Biden Cabinet Confirmations Show Continued Political Potency Of Revolving Door Critiques

CabinetDepartment of JusticeEthics in GovernmentExecutive BranchRevolving DoorRight-Wing MediaTreasury Department
Biden Cabinet Confirmations Show Continued Political Potency Of Revolving Door Critiques

This article is an update to our ongoing efforts tracking the right-wing’s revolving door attacks on Biden. Read our previous installment here.
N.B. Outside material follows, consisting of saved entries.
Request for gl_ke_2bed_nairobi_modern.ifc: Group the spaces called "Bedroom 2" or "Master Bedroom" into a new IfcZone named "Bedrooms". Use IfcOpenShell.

First a look at what the model holds.

```python
import ifcopenshell

model = ifcopenshell.open("gl_ke_2bed_nairobi_modern.ifc")
print(model.schema)
seen = {}
for space in model.by_type("IfcSpace"):
    seen[space.LongName] = seen.get(space.LongName, 0) + 1
for name, count in sorted(seen.items(), key=str):
    print(count, "x", name)
print("zones:", [z.Name for z in model.by_type("IfcZone")][:20])
```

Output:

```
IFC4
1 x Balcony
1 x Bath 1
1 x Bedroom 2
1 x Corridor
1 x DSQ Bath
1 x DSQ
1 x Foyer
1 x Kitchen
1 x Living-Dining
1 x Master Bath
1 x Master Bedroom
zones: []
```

```python
import ifcopenshell
import ifcopenshell.api.group
import ifcopenshell.api.root

model = ifcopenshell.open("gl_ke_2bed_nairobi_modern.ifc")

names = {"Bedroom 2", "Master Bedroom"}
spaces = [s for s in model.by_type("IfcSpace") if s.LongName in names]

zone = ifcopenshell.api.root.create_entity(model, ifc_class="IfcZone", name="Bedrooms")
ifcopenshell.api.group.assign_group(model, products=spaces, group=zone)
print(len(spaces), "spaces in", zone.Name)

model.write("gl_ke_2bed_nairobi_modern_v2.ifc")
```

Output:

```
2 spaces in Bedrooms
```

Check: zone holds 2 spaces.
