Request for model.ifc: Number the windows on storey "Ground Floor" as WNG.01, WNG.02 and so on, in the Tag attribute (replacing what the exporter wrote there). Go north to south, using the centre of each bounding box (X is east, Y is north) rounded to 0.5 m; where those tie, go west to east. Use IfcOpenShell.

First a look at what the model holds.

```python
import ifcopenshell
import ifcopenshell.util.element
import ifcopenshell.util.placement

model = ifcopenshell.open("model.ifc")
print(model.schema)
storey = next(s for s in model.by_type("IfcBuildingStorey") if s.Name == "Ground Floor")
windows = [e for e in ifcopenshell.util.element.get_decomposition(storey) if e.is_a("IfcWindow")]
for e in sorted(windows, key=lambda e: e.id()):
    origin = ifcopenshell.util.placement.get_local_placement(e.ObjectPlacement)[:3, 3]
    print(e.id(), e.Tag, e.Name, origin.round(2) + 0.0, sep=" | ")
```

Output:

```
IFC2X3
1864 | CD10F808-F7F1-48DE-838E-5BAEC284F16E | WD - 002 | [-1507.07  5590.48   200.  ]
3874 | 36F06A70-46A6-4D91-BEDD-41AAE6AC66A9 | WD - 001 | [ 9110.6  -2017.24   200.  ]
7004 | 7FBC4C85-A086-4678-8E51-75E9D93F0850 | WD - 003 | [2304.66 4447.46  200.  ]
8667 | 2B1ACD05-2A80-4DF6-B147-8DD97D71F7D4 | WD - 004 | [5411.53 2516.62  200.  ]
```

```python
import ifcopenshell
import ifcopenshell.geom
import ifcopenshell.util.element
import ifcopenshell.util.shape

model = ifcopenshell.open("model.ifc")
settings = ifcopenshell.geom.settings()
settings.set("use-world-coords", True)


def centre(element):
    shape = ifcopenshell.geom.create_shape(settings, element)
    return ifcopenshell.util.shape.get_bbox_centroid(shape.geometry)


storey = next(s for s in model.by_type("IfcBuildingStorey") if s.Name == "Ground Floor")
windows = [e for e in ifcopenshell.util.element.get_decomposition(storey) if e.is_a("IfcWindow")]

# Insertion points can sit at a corner or the storey origin, so sort by the geometry (in metres).
centres = {e: centre(e) for e in windows}
windows.sort(key=lambda e: (-round(centres[e][1] / 0.5), centres[e][0]))

for i, e in enumerate(windows, start=1):
    number = f"WNG.{i:02d}"
    e.Tag = number
    print(e.id(), number)

model.write("model_rev.ifc")
```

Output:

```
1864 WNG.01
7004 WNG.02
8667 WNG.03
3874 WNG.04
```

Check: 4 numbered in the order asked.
It’s April, and after some lengthy hearing delays and razor-thin final votes, President Biden finally has a nearly-full Cabinet.

As the battle to confirm other executive branch officials rages on, one clear lesson to draw from Biden’s first round of confirmations is the continued importance of revolving door critiques. While some Biden nominees did face absurd and offensive attacks from Senate Republicans, others were criticized by conservatives in Congress and the media for their well-documented ties to corporate America and potential conflicts-of-interest.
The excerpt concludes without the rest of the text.